What this task involves => The expected output is every entry below, exact in every character.
[Start of Attachment]
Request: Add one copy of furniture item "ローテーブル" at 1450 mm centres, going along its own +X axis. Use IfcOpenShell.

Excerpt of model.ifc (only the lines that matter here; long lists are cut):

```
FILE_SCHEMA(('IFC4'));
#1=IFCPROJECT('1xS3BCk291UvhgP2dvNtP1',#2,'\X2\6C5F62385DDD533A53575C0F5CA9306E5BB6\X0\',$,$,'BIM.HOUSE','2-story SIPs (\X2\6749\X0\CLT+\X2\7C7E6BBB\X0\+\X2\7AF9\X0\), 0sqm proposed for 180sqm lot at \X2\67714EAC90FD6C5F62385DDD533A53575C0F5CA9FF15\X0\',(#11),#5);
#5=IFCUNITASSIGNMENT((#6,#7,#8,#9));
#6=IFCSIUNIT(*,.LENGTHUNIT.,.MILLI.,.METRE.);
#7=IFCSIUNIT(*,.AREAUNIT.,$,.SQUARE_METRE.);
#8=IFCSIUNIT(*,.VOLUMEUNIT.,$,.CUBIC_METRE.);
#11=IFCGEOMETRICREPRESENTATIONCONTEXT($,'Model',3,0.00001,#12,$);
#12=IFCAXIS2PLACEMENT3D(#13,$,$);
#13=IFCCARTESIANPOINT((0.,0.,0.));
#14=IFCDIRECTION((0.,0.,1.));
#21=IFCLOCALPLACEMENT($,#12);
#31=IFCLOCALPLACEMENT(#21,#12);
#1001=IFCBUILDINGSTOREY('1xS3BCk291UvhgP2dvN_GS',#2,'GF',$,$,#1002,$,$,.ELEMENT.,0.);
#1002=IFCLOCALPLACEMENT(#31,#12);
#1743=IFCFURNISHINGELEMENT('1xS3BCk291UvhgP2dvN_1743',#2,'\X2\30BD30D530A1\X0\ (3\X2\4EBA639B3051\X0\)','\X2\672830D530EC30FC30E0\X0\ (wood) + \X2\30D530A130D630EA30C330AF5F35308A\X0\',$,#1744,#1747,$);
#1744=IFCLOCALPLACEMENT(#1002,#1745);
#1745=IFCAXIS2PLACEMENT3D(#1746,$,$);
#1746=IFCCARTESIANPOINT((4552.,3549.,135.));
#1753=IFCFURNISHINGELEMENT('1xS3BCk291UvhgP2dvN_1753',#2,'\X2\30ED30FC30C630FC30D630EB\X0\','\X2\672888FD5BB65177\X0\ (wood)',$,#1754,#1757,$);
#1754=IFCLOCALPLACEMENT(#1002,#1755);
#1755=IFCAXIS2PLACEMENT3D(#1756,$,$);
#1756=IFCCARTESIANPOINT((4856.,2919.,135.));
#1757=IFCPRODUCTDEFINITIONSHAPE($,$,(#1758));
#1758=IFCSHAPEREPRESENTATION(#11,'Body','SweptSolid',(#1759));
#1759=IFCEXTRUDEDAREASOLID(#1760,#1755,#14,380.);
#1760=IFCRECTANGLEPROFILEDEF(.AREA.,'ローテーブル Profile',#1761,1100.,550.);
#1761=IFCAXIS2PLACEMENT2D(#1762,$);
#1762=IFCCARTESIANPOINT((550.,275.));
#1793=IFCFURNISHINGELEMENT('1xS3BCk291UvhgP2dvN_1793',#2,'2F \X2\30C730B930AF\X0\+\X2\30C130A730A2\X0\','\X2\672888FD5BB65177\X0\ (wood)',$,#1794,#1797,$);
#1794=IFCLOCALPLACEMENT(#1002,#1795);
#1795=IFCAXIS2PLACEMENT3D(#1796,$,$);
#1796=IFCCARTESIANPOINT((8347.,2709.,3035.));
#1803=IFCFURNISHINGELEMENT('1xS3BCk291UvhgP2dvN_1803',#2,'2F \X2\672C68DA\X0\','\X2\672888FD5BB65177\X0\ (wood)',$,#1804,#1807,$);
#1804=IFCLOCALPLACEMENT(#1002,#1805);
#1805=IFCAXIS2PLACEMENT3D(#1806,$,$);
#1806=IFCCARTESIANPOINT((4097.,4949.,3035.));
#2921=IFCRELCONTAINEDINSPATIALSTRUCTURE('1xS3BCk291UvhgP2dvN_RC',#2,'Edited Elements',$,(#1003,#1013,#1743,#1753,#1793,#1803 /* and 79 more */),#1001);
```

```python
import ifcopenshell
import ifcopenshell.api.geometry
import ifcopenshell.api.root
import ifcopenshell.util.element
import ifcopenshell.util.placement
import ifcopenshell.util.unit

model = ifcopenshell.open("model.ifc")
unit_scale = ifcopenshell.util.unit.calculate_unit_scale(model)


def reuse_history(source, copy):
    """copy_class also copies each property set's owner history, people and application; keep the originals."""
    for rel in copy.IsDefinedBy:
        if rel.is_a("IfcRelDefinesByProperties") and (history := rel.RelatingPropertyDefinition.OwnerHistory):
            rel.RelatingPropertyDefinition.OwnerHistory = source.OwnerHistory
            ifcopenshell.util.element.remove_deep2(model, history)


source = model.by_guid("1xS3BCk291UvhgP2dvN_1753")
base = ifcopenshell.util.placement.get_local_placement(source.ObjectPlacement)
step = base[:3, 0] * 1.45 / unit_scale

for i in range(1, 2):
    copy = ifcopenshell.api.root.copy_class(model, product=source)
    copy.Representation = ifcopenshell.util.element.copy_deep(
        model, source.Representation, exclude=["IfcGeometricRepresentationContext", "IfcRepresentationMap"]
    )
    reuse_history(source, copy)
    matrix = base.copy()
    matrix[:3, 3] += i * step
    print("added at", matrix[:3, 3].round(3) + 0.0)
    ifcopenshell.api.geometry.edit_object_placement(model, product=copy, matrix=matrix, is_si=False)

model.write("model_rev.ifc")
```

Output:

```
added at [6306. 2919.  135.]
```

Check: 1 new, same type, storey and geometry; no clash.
[End of Attachment]
Your response =>
Request: Add one copy of furniture item "ローテーブル" at 1450 mm centres, going along its own +X axis. Use IfcOpenShell.

Excerpt of model.ifc (only the lines that matter here; long lists are cut):

```
FILE_SCHEMA(('IFC4'));
#1=IFCPROJECT('1xS3BCk291UvhgP2dvNtP1',#2,'\X2\6C5F62385DDD533A53575C0F5CA9306E5BB6\X0\',$,$,'BIM.HOUSE','2-story SIPs (\X2\6749\X0\CLT+\X2\7C7E6BBB\X0\+\X2\7AF9\X0\), 0sqm proposed for 180sqm lot at \X2\67714EAC90FD6C5F62385DDD533A53575C0F5CA9FF15\X0\',(#11),#5);
#5=IFCUNITASSIGNMENT((#6,#7,#8,#9));
#6=IFCSIUNIT(*,.LENGTHUNIT.,.MILLI.,.METRE.);
#7=IFCSIUNIT(*,.AREAUNIT.,$,.SQUARE_METRE.);
#8=IFCSIUNIT(*,.VOLUMEUNIT.,$,.CUBIC_METRE.);
#11=IFCGEOMETRICREPRESENTATIONCONTEXT($,'Model',3,0.00001,#12,$);
#12=IFCAXIS2PLACEMENT3D(#13,$,$);
#13=IFCCARTESIANPOINT((0.,0.,0.));
#14=IFCDIRECTION((0.,0.,1.));
#21=IFCLOCALPLACEMENT($,#12);
#31=IFCLOCALPLACEMENT(#21,#12);
#1001=IFCBUILDINGSTOREY('1xS3BCk291UvhgP2dvN_GS',#2,'GF',$,$,#1002,$,$,.ELEMENT.,0.);
#1002=IFCLOCALPLACEMENT(#31,#12);
#1743=IFCFURNISHINGELEMENT('1xS3BCk291UvhgP2dvN_1743',#2,'\X2\30BD30D530A1\X0\ (3\X2\4EBA639B3051\X0\)','\X2\672830D530EC30FC30E0\X0\ (wood) + \X2\30D530A130D630EA30C330AF5F35308A\X0\',$,#1744,#1747,$);
#1744=IFCLOCALPLACEMENT(#1002,#1745);
#1745=IFCAXIS2PLACEMENT3D(#1746,$,$);
#1746=IFCCARTESIANPOINT((4552.,3549.,135.));
#1753=IFCFURNISHINGELEMENT('1xS3BCk291UvhgP2dvN_1753',#2,'\X2\30ED30FC30C630FC30D630EB\X0\','\X2\672888FD5BB65177\X0\ (wood)',$,#1754,#1757,$);
#1754=IFCLOCALPLACEMENT(#1002,#1755);
#1755=IFCAXIS2PLACEMENT3D(#1756,$,$);
#1756=IFCCARTESIANPOINT((4856.,2919.,135.));
#1757=IFCPRODUCTDEFINITIONSHAPE($,$,(#1758));
#1758=IFCSHAPEREPRESENTATION(#11,'Body','SweptSolid',(#1759));
#1759=IFCEXTRUDEDAREASOLID(#1760,#1755,#14,380.);
#1760=IFCRECTANGLEPROFILEDEF(.AREA.,'ローテーブル Profile',#1761,1100.,550.);
#1761=IFCAXIS2PLACEMENT2D(#1762,$);
#1762=IFCCARTESIANPOINT((550.,275.));
#1793=IFCFURNISHINGELEMENT('1xS3BCk291UvhgP2dvN_1793',#2,'2F \X2\30C730B930AF\X0\+\X2\30C130A730A2\X0\','\X2\672888FD5BB65177\X0\ (wood)',$,#1794,#1797,$);
#1794=IFCLOCALPLACEMENT(#1002,#1795);
#1795=IFCAXIS2PLACEMENT3D(#1796,$,$);
#1796=IFCCARTESIANPOINT((8347.,2709.,3035.));
#1803=IFCFURNISHINGELEMENT('1xS3BCk291UvhgP2dvN_1803',#2,'2F \X2\672C68DA\X0\','\X2\672888FD5BB65177\X0\ (wood)',$,#1804,#1807,$);
#1804=IFCLOCALPLACEMENT(#1002,#1805);
#1805=IFCAXIS2PLACEMENT3D(#1806,$,$);
#1806=IFCCARTESIANPOINT((4097.,4949.,3035.));
#2921=IFCRELCONTAINEDINSPATIALSTRUCTURE('1xS3BCk291UvhgP2dvN_RC',#2,'Edited Elements',$,(#1003,#1013,#1743,#1753,#1793,#1803 /* and 79 more */),#1001);
```

```python
import ifcopenshell
import ifcopenshell.api.geometry
import ifcopenshell.api.root
import ifcopenshell.util.element
import ifcopenshell.util.placement
import ifcopenshell.util.unit

model = ifcopenshell.open("model.ifc")
unit_scale = ifcopenshell.util.unit.calculate_unit_scale(model)


def reuse_history(source, copy):
    """copy_class also copies each property set's owner history, people and application; keep the originals."""
    for rel in copy.IsDefinedBy:
        if rel.is_a("IfcRelDefinesByProperties") and (history := rel.RelatingPropertyDefinition.OwnerHistory):
            rel.RelatingPropertyDefinition.OwnerHistory = source.OwnerHistory
            ifcopenshell.util.element.remove_deep2(model, history)


source = model.by_guid("1xS3BCk291UvhgP2dvN_1753")
base = ifcopenshell.util.placement.get_local_placement(source.ObjectPlacement)
step = base[:3, 0] * 1.45 / unit_scale

for i in range(1, 2):
    copy = ifcopenshell.api.root.copy_class(model, product=source)
    copy.Representation = ifcopenshell.util.element.copy_deep(
        model, source.Representation, exclude=["IfcGeometricRepresentationContext", "IfcRepresentationMap"]
    )
    reuse_history(source, copy)
    matrix = base.copy()
    matrix[:3, 3] += i * step
    print("added at", matrix[:3, 3].round(3) + 0.0)
    ifcopenshell.api.geometry.edit_object_placement(model, product=copy, matrix=matrix, is_si=False)

model.write("model_rev.ifc")
```

Output:

```
added at [6306. 2919.  135.]
```

Check: 1 new, same type, storey and geometry; no clash.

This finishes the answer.